When same client keeps sending the
DHCPDISCOVER again and again, increasing the
secs field, the DHCP server can realize that no other server is responding, and it can start responding instead.
Side note: Since the DHCP servers in failover setup are communicating directly with each other with a TCP-based protocol, they know if their peer is serving DHCP or not. If the peer is not actually running at all, the server can assume responsibility of all DHCP clients immediately, without any delays or using the
secs field information.
Anyway, let’s see how this
secs thing works.
I’ll have a “DHCP client” built using Scapy, the interactive packet manipulation library for Python. It will send ten
DHCPDISCOVER messages in one-second intervals, with
secs field value starting from zero and increasing it by one every next message. It won’t send any
DHCPREQUEST messages though, simulating the situation where the DHCP client keeps on trying when it doesn’t receive any
DHCPOFFER. The DHCP relay is configured correctly, so it will send the
DHCPDISCOVER messages to both of my Windows Server 2022 DHCP servers, 10.0.41.30 and 10.0.41.31. I’ll capture all the DHCP messages with tcpdump on the client. You can download the capture file here: dhcp-seconds.pcap (github.com)
This is how it looks like on the capture:
Here we can see that for the first six
DHCPDISCOVER messages (with
secs values of 0 to 5) only the 10.0.41.30 server responded with
DHCPOFFER, but for the last four packets both servers responded.
So, it looks like the
secs value threshold is 6 for the second server to conclude that there is something wrong and it should start responding as well.
I repeated the tests various ways and kept receiving the same results: regardless of the packet interval it was always the
secs value that determined the server behavior, and it was a value of 6 or higher that triggered it.
However, in real-life DHCP servers I have seen that already a value of 3 has triggered the behavior. Go figure, I don’t know of any official documentation that would define the actual threshold value. Let me know if you have any pointers.

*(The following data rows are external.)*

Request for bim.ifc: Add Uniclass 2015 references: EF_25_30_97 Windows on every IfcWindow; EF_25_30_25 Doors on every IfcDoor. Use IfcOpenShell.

First a look at what the model holds.

```python
import ifcopenshell

model = ifcopenshell.open("bim.ifc")
print(model.schema)
print("classifications:", [c.Name for c in model.by_type("IfcClassification")])
for ifc_class in ("IfcDoor", "IfcRoof", "IfcStair", "IfcWall", "IfcWindow"):
    print(ifc_class, len(model.by_type(ifc_class)))
```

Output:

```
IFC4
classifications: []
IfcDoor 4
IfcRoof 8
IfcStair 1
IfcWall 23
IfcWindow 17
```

```python
import ifcopenshell
import ifcopenshell.api.classification

model = ifcopenshell.open("bim.ifc")

system = ifcopenshell.api.classification.add_classification(model, classification="Uniclass 2015")

codes = {
    "IfcWindow": ("EF_25_30_97", "Windows"),
    "IfcDoor": ("EF_25_30_25", "Doors"),
}
for ifc_class, (code, name) in codes.items():
    products = model.by_type(ifc_class)
    ifcopenshell.api.classification.add_reference(
        model, products=products, classification=system, identification=code, name=name
    )
    print(code, len(products))

model.write("bim_updated.ifc")
```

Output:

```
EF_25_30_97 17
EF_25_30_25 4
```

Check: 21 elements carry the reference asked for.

Note that in this example the DHCP relay was correctly configured and the DHCP client received all the responses correctly, but the client itself decided to not react to the responses. But the servers cannot know the actual reason for the situation, so eventually the second server decided to start responding as well, in order to get an offer to the client.

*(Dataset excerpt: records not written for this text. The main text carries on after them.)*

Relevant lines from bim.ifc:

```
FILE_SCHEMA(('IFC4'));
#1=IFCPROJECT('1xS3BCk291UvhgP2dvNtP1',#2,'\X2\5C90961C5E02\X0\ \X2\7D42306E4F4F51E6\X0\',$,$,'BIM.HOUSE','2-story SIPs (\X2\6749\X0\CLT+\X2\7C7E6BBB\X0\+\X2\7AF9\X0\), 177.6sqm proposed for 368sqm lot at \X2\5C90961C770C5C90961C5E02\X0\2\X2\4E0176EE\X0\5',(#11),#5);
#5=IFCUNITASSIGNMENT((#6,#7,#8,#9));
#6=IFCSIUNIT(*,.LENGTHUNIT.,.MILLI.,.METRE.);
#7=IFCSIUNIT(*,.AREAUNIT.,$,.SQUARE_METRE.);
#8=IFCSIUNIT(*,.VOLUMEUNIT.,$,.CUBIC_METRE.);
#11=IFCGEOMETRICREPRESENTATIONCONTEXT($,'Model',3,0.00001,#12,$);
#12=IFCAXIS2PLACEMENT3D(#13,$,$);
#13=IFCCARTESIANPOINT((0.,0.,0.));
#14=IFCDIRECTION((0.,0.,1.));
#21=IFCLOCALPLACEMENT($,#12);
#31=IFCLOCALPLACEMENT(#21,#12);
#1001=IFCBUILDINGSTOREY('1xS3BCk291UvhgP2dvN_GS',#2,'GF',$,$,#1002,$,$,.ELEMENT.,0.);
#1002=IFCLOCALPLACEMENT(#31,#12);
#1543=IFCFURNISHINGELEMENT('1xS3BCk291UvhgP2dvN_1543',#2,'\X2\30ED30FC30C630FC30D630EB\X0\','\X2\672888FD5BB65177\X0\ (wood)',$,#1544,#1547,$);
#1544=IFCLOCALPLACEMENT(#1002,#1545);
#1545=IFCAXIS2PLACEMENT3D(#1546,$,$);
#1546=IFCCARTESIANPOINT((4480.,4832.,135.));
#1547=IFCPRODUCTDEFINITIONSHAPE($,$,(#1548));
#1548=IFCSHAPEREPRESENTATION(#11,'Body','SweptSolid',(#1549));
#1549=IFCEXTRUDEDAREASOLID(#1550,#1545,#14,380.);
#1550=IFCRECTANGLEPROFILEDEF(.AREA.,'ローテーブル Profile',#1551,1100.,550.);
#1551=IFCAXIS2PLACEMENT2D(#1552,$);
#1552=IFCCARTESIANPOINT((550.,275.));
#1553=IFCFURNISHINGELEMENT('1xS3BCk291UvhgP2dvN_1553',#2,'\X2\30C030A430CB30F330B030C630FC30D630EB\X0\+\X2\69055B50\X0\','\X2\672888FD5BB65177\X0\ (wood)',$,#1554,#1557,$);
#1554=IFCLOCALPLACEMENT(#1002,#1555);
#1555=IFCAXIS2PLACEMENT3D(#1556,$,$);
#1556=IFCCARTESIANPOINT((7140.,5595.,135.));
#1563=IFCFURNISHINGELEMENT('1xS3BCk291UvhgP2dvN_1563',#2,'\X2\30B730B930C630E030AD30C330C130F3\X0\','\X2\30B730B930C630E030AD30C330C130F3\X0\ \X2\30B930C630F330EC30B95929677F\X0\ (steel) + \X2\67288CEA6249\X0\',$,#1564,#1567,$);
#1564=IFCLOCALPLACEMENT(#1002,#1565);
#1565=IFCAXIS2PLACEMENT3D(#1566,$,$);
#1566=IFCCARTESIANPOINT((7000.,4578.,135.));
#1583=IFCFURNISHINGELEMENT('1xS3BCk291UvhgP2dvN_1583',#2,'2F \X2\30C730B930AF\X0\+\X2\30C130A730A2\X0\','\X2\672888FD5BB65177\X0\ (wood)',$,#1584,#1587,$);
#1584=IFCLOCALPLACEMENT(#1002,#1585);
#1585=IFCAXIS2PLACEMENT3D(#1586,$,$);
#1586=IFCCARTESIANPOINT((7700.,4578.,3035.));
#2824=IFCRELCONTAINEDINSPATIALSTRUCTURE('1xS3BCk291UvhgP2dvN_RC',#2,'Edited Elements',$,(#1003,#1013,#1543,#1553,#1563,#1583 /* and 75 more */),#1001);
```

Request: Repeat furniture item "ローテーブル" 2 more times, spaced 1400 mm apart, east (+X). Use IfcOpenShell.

```python
import numpy as np
import ifcopenshell
import ifcopenshell.api.geometry
import ifcopenshell.api.root
import ifcopenshell.util.element
import ifcopenshell.util.placement
import ifcopenshell.util.unit

model = ifcopenshell.open("bim.ifc")
unit_scale = ifcopenshell.util.unit.calculate_unit_scale(model)


def reuse_history(source, copy):
    """copy_class also copies each property set's owner history, people and application; keep the originals."""
    for rel in copy.IsDefinedBy:
        if rel.is_a("IfcRelDefinesByProperties") and (history := rel.RelatingPropertyDefinition.OwnerHistory):
            rel.RelatingPropertyDefinition.OwnerHistory = source.OwnerHistory
            ifcopenshell.util.element.remove_deep2(model, history)


source = model.by_guid("1xS3BCk291UvhgP2dvN_1543")
base = ifcopenshell.util.placement.get_local_placement(source.ObjectPlacement)
step = np.array([1.0, 0.0, 0.0]) * 1.4 / unit_scale

for i in range(1, 3):
    copy = ifcopenshell.api.root.copy_class(model, product=source)
    copy.Representation = ifcopenshell.util.element.copy_deep(
        model, source.Representation, exclude=["IfcGeometricRepresentationContext", "IfcRepresentationMap"]
    )
    reuse_history(source, copy)
    matrix = base.copy()
    matrix[:3, 3] += i * step
    print("added at", matrix[:3, 3].round(3) + 0.0)
    ifcopenshell.api.geometry.edit_object_placement(model, product=copy, matrix=matrix, is_si=False)

model.write("bim_v2.ifc")
```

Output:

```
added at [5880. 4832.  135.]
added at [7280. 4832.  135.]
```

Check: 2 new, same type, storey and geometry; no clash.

Also note that both DHCP servers offered a different IP address to the client:
- 10.0.41.30 offered 192.168.60.100
- 10.0.41.31 offered 192.168.60.106
That’s normal because in the failover setup the servers have internally split the available IP pool between each other. The split happens automatically, and when the server has finally acknowledged a
DHCPREQUEST message from a client (if it ever proceeds that far), it will tell the other server about the new lease, so they will both eventually have the same information about the leases in use.

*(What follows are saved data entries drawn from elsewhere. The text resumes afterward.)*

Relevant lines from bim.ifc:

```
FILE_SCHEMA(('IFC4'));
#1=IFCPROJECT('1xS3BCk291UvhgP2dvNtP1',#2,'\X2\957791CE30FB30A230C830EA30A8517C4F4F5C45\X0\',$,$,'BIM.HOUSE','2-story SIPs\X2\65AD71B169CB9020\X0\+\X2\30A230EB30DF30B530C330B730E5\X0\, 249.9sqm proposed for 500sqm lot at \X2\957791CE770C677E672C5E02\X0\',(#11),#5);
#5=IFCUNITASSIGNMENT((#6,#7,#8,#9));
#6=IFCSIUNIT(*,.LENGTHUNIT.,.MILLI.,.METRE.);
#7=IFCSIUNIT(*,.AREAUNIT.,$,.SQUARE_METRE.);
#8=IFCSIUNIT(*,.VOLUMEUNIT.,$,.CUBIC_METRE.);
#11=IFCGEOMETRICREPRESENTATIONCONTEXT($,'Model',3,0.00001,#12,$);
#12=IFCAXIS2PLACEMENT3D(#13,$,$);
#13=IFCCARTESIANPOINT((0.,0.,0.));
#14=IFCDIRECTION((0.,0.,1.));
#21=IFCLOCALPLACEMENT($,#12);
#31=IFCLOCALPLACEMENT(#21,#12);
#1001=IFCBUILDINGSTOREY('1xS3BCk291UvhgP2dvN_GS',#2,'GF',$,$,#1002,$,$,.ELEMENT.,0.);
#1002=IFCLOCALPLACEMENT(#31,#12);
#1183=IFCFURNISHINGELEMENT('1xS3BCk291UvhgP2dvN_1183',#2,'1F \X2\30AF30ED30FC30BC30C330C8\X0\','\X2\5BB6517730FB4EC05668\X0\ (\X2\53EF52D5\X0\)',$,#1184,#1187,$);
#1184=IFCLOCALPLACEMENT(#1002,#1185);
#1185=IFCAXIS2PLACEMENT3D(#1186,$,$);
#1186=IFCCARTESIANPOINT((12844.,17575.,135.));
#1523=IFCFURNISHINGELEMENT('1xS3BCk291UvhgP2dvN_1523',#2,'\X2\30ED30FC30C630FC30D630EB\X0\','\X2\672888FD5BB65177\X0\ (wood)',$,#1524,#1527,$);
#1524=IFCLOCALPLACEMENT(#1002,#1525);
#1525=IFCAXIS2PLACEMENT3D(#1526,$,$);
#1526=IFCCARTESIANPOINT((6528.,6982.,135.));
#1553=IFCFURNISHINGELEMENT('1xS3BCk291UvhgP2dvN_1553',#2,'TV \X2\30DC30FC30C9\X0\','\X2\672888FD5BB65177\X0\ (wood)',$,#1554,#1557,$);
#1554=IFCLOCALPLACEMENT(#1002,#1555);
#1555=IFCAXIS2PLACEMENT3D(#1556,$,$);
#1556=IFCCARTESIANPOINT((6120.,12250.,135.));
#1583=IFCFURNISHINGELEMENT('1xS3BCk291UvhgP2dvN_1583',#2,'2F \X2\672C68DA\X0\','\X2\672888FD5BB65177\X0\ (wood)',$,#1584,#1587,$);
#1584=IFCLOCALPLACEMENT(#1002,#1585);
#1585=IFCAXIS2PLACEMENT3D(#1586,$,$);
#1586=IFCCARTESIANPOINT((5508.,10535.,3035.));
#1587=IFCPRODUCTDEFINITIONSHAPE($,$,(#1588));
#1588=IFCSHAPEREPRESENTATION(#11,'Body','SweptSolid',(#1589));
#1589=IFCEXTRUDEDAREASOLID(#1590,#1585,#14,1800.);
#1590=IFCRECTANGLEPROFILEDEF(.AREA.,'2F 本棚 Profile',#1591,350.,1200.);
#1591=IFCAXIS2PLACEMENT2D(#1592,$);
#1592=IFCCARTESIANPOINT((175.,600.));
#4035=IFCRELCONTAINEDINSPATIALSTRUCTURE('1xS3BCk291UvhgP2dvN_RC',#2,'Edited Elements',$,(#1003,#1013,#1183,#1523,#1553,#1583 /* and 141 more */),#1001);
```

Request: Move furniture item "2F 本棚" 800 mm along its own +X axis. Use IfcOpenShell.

```python
import ifcopenshell
import ifcopenshell.api.geometry
import ifcopenshell.util.placement

model = ifcopenshell.open("bim.ifc")

item = model.by_guid("1xS3BCk291UvhgP2dvN_1583")
matrix = ifcopenshell.util.placement.get_local_placement(item.ObjectPlacement)
matrix[:3, 3] += matrix[:3, 0] * 800.0
ifcopenshell.api.geometry.edit_object_placement(model, product=item, matrix=matrix, is_si=False)

print(ifcopenshell.util.placement.get_local_placement(item.ObjectPlacement).round(3) + 0.0)

model.write("bim_edited.ifc")
```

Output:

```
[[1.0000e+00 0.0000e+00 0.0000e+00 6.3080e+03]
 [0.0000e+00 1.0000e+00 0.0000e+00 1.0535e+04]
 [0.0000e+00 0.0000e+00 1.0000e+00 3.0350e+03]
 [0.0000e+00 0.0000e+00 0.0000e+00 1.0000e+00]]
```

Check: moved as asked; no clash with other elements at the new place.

From the DHCP client point of view it is not a problem if it ever receives different offers from different servers, as it can then select one of the offers as it likes.
Again, in this example above the situation was caused by the DHCP client itself, artificially. But, as mentioned, similar cases will occur when the DHCP relay is missing one of the DHCP servers from the configuration: statistically 50% of the DHCP clients won’t get any
DHCPOFFER for their first
DHCPDISCOVER (because the “correct” DHCP server never gets the message!), but eventually, after a few retries, DHCP “starts working” for those clients as well.
By inspecting the actual DHCP packets you should be able to recognize this kind of misconfiguration.